Бабка достает из-за холодильника какие-то тряпичные мешочки, вытряхивает из них какие-то сухие корешки и сморщенные листочки и ловко их перетирает в ступке, словно всю жизнь этим только и занималась. Словно Баба-Яга из сказки, она шепчет какие-то недобрые слова над своим снадобьем и зло сощуривает и без того маленькие мышиные глазки на огромном, как баскетбольный мяч, почти идеально круглом лице, которое затоплено выражением брезгливости и отвращения. С хрустом согнувшись почти до пола, она вытаскивает из дедова тайника, который оказался вовсе не таким уж и тайником, початую бутылочку и высыпает в водку истолченную до порошкообразного состояния траву и ждет результата.

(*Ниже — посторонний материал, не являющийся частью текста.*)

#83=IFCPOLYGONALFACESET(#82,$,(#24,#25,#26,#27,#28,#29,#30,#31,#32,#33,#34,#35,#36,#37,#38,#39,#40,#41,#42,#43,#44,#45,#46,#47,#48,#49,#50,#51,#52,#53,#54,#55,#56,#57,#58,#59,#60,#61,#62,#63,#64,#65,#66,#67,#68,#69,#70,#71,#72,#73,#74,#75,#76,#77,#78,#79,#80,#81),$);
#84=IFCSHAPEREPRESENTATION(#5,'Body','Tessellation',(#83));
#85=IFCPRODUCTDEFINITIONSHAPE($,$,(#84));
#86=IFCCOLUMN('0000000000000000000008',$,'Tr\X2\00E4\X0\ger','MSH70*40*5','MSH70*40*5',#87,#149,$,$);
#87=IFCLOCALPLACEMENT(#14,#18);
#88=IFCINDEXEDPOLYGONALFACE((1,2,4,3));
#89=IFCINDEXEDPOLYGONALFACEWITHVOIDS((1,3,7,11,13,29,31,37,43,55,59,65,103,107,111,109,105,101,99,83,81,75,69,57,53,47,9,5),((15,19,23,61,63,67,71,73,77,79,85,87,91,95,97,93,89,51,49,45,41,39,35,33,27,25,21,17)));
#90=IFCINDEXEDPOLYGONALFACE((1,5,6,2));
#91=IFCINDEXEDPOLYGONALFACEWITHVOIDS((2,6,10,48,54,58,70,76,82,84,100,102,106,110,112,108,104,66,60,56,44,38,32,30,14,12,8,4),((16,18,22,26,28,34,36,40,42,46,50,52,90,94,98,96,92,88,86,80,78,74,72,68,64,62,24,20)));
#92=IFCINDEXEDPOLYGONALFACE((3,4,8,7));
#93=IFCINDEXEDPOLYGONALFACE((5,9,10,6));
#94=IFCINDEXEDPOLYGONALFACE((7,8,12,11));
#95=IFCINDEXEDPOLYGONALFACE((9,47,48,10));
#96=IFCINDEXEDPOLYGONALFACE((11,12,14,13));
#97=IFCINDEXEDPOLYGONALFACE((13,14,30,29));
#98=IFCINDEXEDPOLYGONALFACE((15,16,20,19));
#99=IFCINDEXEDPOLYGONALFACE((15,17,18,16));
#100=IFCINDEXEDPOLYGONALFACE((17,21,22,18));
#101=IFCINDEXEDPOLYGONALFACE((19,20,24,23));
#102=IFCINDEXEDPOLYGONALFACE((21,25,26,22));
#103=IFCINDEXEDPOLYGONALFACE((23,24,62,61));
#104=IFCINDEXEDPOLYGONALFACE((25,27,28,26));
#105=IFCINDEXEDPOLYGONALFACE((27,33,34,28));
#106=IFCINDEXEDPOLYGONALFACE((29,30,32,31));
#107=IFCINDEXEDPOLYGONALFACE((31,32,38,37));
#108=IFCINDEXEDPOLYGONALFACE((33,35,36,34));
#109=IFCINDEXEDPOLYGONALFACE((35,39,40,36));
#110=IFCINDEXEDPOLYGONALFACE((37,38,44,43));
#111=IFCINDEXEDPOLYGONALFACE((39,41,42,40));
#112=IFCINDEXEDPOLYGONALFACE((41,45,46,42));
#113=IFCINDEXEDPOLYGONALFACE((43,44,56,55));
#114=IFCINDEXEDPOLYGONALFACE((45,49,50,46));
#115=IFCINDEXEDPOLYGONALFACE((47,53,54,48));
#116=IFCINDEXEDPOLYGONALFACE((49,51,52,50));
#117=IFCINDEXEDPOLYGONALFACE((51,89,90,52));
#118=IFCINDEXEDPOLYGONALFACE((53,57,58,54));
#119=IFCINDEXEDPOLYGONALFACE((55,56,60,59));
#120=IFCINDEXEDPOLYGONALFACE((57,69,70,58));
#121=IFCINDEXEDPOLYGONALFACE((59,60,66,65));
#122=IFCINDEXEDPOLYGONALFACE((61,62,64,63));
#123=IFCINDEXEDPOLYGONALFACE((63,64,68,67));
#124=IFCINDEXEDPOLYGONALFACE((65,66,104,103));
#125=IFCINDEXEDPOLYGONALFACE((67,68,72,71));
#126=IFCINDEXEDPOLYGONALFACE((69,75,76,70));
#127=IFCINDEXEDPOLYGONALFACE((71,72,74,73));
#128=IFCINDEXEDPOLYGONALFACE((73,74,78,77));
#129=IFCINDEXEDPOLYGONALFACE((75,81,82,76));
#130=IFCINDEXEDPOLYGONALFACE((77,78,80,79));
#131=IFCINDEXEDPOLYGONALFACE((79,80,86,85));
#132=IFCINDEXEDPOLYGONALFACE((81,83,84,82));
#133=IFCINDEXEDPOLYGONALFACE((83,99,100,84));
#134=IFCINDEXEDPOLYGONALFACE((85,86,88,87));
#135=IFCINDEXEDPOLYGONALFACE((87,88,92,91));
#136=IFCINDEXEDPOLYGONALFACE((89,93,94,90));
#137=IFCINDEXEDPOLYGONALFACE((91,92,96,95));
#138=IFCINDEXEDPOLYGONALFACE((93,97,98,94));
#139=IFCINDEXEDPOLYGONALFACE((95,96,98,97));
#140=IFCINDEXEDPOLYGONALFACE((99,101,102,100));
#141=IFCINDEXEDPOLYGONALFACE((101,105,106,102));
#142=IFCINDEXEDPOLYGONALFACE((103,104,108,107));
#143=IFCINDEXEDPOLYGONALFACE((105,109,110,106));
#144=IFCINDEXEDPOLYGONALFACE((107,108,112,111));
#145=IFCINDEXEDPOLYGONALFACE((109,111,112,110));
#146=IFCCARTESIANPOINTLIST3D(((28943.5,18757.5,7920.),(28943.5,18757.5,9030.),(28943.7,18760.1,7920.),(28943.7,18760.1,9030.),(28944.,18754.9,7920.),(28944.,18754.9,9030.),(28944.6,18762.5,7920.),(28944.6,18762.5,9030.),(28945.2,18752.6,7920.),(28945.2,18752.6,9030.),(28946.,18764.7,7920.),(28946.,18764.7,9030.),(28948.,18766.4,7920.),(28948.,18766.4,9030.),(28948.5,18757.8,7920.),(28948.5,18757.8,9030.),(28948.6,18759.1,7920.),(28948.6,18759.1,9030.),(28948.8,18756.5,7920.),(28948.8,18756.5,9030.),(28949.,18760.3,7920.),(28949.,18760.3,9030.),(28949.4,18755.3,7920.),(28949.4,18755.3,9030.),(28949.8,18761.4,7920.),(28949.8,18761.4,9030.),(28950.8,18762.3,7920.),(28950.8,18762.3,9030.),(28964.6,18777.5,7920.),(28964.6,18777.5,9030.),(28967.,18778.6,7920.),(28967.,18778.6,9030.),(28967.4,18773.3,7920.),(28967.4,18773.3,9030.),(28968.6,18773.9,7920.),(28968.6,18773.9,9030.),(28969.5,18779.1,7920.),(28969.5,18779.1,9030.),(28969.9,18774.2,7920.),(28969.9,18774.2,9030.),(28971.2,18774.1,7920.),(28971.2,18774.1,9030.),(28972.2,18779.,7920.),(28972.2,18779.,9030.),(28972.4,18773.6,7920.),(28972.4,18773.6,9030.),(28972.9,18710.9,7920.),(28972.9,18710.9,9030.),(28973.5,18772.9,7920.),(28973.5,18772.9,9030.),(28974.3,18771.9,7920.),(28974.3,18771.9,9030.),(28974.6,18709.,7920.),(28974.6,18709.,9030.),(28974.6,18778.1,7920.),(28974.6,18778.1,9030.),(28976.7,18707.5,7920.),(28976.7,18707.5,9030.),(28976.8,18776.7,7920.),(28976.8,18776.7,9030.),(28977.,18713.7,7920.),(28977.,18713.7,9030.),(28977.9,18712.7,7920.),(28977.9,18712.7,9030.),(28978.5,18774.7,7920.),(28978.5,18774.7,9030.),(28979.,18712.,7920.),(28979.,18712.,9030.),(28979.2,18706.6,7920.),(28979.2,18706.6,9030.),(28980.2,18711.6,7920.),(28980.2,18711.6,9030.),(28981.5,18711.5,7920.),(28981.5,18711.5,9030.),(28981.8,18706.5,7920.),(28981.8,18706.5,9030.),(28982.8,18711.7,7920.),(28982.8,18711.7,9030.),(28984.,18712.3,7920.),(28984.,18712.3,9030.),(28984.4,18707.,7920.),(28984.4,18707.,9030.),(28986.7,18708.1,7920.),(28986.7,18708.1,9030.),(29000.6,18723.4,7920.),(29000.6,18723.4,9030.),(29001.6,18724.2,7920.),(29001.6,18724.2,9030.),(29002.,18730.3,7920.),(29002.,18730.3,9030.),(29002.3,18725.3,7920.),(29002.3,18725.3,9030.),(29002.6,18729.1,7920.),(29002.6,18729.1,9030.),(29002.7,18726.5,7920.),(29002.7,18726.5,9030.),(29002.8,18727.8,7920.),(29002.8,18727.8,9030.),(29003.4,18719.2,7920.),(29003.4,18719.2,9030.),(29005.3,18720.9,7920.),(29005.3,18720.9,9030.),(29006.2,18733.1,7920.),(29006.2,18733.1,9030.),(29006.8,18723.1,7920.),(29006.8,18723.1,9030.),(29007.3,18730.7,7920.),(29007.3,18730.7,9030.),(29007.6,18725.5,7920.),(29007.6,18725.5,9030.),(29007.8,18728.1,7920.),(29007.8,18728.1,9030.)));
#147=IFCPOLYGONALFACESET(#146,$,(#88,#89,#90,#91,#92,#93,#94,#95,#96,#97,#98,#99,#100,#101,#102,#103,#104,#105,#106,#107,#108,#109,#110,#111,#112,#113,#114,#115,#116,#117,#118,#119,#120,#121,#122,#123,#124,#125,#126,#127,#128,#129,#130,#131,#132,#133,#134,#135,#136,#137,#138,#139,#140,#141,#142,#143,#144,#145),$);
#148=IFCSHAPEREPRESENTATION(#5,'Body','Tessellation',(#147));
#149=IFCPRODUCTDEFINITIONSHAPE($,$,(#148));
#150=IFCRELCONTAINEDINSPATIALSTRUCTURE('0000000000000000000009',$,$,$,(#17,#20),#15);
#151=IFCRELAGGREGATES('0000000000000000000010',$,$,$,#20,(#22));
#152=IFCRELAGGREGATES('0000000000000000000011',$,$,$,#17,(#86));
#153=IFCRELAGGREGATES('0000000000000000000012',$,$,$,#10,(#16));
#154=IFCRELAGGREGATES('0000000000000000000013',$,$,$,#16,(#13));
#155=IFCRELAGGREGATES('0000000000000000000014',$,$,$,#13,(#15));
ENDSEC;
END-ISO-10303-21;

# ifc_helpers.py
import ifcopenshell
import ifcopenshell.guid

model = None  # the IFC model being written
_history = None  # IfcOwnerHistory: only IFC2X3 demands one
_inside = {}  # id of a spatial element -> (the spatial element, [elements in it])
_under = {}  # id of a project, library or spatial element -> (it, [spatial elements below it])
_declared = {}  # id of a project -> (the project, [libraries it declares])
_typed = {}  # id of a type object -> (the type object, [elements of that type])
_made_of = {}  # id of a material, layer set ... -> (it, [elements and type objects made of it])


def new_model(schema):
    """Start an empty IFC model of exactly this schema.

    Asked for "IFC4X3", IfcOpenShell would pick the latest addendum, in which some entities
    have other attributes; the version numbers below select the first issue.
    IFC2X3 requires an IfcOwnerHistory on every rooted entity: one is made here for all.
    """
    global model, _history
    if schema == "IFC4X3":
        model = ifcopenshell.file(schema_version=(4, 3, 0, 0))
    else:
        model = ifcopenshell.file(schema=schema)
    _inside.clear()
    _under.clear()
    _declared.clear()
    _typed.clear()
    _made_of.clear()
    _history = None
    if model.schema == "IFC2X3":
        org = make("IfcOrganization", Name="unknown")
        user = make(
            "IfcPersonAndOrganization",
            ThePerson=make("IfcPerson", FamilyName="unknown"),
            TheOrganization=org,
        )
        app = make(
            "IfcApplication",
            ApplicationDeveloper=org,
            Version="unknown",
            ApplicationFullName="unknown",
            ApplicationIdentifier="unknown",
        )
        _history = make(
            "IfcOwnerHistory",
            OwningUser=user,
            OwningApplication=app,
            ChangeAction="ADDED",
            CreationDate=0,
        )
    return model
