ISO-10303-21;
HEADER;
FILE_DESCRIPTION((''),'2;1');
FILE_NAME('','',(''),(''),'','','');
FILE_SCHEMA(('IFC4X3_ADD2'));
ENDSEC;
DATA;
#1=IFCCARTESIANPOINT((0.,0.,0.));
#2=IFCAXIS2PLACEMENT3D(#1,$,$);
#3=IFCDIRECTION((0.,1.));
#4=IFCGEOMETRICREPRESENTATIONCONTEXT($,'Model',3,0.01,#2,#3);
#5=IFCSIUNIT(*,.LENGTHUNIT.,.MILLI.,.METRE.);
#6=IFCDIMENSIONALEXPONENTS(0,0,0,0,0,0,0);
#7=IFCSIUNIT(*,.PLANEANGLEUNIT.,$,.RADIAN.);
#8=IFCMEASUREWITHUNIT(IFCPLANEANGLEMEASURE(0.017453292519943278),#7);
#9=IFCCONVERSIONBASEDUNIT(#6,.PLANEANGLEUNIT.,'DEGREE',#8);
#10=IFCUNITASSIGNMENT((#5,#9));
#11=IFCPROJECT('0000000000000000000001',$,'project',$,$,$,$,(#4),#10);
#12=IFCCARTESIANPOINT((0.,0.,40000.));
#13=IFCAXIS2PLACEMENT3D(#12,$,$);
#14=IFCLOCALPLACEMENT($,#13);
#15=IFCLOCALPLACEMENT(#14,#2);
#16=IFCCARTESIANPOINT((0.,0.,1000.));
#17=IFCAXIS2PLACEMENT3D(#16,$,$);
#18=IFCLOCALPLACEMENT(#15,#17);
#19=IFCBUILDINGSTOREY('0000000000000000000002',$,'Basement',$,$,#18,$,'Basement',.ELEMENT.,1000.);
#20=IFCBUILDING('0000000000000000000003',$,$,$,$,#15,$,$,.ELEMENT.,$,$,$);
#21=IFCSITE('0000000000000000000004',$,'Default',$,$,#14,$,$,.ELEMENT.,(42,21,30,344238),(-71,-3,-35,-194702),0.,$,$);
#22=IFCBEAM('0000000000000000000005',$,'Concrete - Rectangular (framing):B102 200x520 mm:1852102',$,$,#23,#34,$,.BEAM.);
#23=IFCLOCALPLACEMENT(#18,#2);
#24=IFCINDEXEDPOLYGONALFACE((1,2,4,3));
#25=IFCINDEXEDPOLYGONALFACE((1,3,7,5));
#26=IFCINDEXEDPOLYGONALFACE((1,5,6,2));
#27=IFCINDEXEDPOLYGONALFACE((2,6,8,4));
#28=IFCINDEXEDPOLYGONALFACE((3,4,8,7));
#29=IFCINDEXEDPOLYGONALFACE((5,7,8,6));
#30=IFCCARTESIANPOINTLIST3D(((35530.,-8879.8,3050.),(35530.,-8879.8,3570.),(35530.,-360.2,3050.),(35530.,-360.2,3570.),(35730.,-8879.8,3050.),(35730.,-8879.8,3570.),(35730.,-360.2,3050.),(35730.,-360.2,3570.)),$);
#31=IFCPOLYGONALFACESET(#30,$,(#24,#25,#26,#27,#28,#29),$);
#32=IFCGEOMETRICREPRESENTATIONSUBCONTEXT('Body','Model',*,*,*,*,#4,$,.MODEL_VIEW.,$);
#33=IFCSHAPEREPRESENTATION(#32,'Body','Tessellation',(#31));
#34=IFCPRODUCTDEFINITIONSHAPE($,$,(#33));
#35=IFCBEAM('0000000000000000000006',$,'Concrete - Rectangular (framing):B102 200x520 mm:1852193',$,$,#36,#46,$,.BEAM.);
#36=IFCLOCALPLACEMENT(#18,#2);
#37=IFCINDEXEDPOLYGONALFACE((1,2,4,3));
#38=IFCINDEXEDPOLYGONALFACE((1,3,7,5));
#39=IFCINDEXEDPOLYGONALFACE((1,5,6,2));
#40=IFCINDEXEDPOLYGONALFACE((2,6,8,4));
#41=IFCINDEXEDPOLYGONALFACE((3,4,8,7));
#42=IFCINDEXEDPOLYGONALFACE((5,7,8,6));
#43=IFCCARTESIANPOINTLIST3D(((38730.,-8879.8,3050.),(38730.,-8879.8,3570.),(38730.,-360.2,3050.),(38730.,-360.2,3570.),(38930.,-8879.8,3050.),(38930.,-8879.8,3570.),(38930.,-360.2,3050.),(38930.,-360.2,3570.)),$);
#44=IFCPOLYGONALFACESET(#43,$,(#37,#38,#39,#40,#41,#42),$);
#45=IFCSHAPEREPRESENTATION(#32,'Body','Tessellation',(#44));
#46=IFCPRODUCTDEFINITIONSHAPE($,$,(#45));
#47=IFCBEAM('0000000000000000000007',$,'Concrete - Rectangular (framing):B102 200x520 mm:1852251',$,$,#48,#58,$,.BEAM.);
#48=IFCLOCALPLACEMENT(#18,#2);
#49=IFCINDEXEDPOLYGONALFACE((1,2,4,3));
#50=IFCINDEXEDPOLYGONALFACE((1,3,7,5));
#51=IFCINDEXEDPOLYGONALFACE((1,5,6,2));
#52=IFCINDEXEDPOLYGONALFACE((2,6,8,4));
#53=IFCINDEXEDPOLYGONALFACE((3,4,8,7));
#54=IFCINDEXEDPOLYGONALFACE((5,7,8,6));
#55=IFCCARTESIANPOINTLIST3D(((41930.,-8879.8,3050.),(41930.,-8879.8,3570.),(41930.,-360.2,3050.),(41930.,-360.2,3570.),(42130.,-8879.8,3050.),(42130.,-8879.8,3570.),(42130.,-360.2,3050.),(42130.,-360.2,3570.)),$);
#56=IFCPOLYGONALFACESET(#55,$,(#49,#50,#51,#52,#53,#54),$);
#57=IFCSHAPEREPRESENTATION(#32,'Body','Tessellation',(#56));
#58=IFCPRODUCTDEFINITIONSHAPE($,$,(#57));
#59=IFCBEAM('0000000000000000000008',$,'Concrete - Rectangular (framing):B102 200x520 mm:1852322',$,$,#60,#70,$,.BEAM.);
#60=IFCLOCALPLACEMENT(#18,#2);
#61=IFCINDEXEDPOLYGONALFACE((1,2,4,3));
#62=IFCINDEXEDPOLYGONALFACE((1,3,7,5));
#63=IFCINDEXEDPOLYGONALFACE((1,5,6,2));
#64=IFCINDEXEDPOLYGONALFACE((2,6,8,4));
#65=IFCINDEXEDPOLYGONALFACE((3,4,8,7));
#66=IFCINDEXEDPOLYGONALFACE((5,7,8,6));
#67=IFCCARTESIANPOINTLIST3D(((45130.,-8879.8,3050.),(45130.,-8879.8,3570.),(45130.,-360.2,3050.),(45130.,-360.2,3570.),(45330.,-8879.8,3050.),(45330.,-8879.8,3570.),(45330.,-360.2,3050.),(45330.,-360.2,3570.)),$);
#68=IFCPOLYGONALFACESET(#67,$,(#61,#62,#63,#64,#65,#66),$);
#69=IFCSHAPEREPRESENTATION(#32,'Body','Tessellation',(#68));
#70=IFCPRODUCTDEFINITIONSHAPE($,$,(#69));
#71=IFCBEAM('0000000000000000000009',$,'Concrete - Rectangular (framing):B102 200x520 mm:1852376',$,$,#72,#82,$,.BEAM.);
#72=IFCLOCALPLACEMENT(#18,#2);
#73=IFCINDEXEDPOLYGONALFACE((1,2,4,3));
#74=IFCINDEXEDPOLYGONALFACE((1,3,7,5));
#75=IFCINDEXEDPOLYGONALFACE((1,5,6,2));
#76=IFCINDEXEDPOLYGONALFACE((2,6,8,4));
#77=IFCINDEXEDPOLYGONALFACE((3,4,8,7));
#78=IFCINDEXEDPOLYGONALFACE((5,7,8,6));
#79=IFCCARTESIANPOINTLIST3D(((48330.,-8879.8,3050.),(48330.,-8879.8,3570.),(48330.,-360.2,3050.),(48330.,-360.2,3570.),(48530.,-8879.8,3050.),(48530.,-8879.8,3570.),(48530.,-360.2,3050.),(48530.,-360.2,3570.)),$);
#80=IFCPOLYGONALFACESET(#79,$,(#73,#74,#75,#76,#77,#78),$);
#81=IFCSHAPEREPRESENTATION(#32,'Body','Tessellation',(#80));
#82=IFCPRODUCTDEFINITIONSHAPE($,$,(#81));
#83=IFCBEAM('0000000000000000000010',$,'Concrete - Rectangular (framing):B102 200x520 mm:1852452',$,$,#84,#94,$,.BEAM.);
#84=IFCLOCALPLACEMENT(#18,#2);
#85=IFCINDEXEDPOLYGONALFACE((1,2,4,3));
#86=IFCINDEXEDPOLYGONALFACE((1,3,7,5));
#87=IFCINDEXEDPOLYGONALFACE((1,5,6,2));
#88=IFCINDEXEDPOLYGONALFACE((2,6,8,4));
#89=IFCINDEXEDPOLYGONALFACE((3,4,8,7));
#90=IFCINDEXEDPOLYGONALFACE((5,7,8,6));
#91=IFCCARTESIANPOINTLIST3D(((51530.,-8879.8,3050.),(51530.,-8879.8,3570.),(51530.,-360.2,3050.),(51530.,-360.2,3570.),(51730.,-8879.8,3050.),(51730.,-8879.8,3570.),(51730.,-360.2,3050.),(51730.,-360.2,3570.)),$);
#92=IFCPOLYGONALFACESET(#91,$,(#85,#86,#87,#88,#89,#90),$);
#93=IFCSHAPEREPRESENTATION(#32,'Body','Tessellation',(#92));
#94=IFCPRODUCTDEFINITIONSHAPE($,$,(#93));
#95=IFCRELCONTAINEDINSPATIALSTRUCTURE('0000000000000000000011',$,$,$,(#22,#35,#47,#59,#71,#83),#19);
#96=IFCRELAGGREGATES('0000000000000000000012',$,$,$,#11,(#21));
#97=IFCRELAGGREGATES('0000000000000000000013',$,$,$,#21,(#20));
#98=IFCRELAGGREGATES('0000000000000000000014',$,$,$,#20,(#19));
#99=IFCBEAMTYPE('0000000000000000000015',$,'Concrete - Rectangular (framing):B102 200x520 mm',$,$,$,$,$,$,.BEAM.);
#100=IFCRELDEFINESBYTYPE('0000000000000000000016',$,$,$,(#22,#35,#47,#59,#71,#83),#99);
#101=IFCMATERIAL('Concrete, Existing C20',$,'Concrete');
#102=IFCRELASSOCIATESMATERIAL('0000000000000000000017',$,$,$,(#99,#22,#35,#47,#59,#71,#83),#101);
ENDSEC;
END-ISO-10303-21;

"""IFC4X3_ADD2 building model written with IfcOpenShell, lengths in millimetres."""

from ifc_helpers import new_model, entity, si_unit, converted_unit, direction, frame, origin, origin_2d_with_axis, place, context, subcontext, project, spatial, rectangle, extrude, source, transform, mapped, material, material_profile, profile_set, profile_usage, type_object, type_shapes, element, save


model = new_model("IFC4X3_ADD2")

# Units and contexts
model_context = context("Model", 3, precision=0.01, world=origin(), true_north=direction((0.0, 1.0)))
body_context = subcontext(model_context, "Body", "Model", "MODEL_VIEW")
ifc_project = project(units=[si_unit("LENGTHUNIT", "METRE", prefix="MILLI"), converted_unit("PLANEANGLEUNIT", "DEGREE", entity("IfcPlaneAngleMeasure", 0.017453292519943278), si_unit("PLANEANGLEUNIT", "RADIAN"), dimensions=[0, 0, 0, 0, 0, 0, 0])], contexts=[model_context])

# Site, building, storey
site_placement = place(None, frame((0.0, 0.0, 40000.0)))
site = spatial("IfcSite", under=ifc_project, at=site_placement, Name="Default", CompositionType="ELEMENT", RefLatitude=(42, 21, 30, 344238), RefLongitude=(-71, -3, -35, -194702), RefElevation=0.0)
building_placement = place(site_placement, origin())
building = spatial("IfcBuilding", under=site, at=building_placement, CompositionType="ELEMENT")
storey_placement = place(building_placement, frame((0.0, 0.0, 1000.0)))
storey = spatial("IfcBuildingStorey", under=building, at=storey_placement, Name="Basement", LongName="Basement", CompositionType="ELEMENT", Elevation=1000.0)

# Shared definitions
ifc_material_1 = material(Name="Concrete, Existing C20", Category="Concrete")

# Beams
ifc_material_profile_1 = material_profile(ifc_material_1, rectangle(XDim=8519.8, YDim=200.0, at=origin_2d_with_axis()), Name="B102 200x520 mm")
ifc_profile_set_1 = profile_set([ifc_material_profile_1], Name="B102 200x520 mm")
ifc_profile_usage_1 = profile_usage(ifc_profile_set_1, cardinal=8)
beam_type_1 = type_object("IfcBeamType", Name="Concrete - Rectangular (framing):B102 200x520 mm", PredefinedType="BEAM", material=ifc_profile_set_1)
shared_shape_1 = source(origin(), body_context, "Body", "SweptSolid", [
    extrude(rectangle(XDim=8519.6, YDim=200.0, at=origin_2d_with_axis()), frame((0.0, 0.0, -260.0), z_axis=(0.0, 0.0, 1.0), x_axis=(-1.0, 0.0, 0.0)), (0.0, 0.0, 1.0), 520.0),
])
type_shapes(beam_type_1, [shared_shape_1])
for number, where, z_axis, x_axis, name in (
    (1, (35630.0, -4620.0, 3310.0), (0.0, 0.0, 1.0), (0.0, -1.0, 0.0), "Concrete - Rectangular (framing):B102 200x520 mm:1852102"),
    (2, (38830.0, -4620.0, 3310.0), (0.0, 0.0, 1.0), (0.0, -1.0, 0.0), "Concrete - Rectangular (framing):B102 200x520 mm:1852193"),
    (3, (42030.0, -4620.0, 3310.0), (0.0, 0.0, 1.0), (0.0, -1.0, 0.0), "Concrete - Rectangular (framing):B102 200x520 mm:1852251"),
    (4, (45230.0, -4620.0, 3310.0), (0.0, 0.0, 1.0), (0.0, -1.0, 0.0), "Concrete - Rectangular (framing):B102 200x520 mm:1852322"),
    (5, (48430.0, -4620.0, 3310.0), (0.0, 0.0, 1.0), (0.0, -1.0, 0.0), "Concrete - Rectangular (framing):B102 200x520 mm:1852376"),
    (6, (51630.0, -4620.0, 3310.0), (0.0, 0.0, 1.0), (0.0, -1.0, 0.0), "Concrete - Rectangular (framing):B102 200x520 mm:1852452"),
):
    element("IfcBeam", number, at=place(storey_placement, frame(where, z_axis=z_axis, x_axis=x_axis)), inside=storey, type_object=beam_type_1, material=ifc_profile_usage_1, Name=name, PredefinedType="BEAM", context=body_context, shape_type="MappedRepresentation", body=[
        mapped(shared_shape_1, transform((0.0, 0.0, 0.0), scale=1.0)),
    ])

save(model, "model.ifc")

Водка, точно возмутившись от такого кощунства, на миг вспенивается, а потом снова становится прозрачной, растворив в себе гремучую смесь бабкиного коварства. "Будешь ты у меня в туалет бегать, засранец", - хихикает подпольщица, пряча недопитую заначку обратно в недра стола.
Бабку я не люблю. Даже боюсь. Во-первых, она слишком уж большая, и когда она ходит по кухне, у меня в комнатке зловеще шевелятся тюлевые занавески. Таких громил надо рисовать на плакатах "А ты выключил свет в сортире?", чтобы неповадно было транжирить народное электричество. Во-вторых, она коварная и скрытная. Не знаешь, что взбрендит ей в голову в следующее мгновение. Если ее сильно взбесить, она, я уверена, и отравить может. Ведьмак в жутких розочках! Меня она за что-то ненавидит люто, хотя мы не знакомы вовсе, я стараюсь ей не показываться на глаза. Однажды я, не помню уж зачем, выглянула на кухню, думая, что там никого нет, она как вытаращит свои махонькие глазенки, как будто к ней на вечерний чаек Дракула заглянул, как закричит! "Зараза, зараза, только тебя здесь не хватало!" И замахнулась на меня сковородкой. Представляете, как обидно! Может, она готовила очередное пойло-зелье для деда? А может, ей не понравился мой слишком откровенный пеньюар цвета опавших кленовых листьев? А иначе я ее гнева и ужаса просто объяснить не могу. Я ничего плохого ей не делала, живу спокойно, не шумлю, не сорю, в суп ей не плюю, конфеты у нее не ворую. Да, насчет конфет. Так же, как дед прячет свою бутылку, так и зловредная бабка прячет свои конфеты. Купит полкило и рассует по углам. Потом вытаскивает их по две штучки и смакует с чаем. И только в эти мгновения она довольна и улыбчива. А в остальное время она зла и агрессивна и частенько толчет в ступе свои заговоренные травки.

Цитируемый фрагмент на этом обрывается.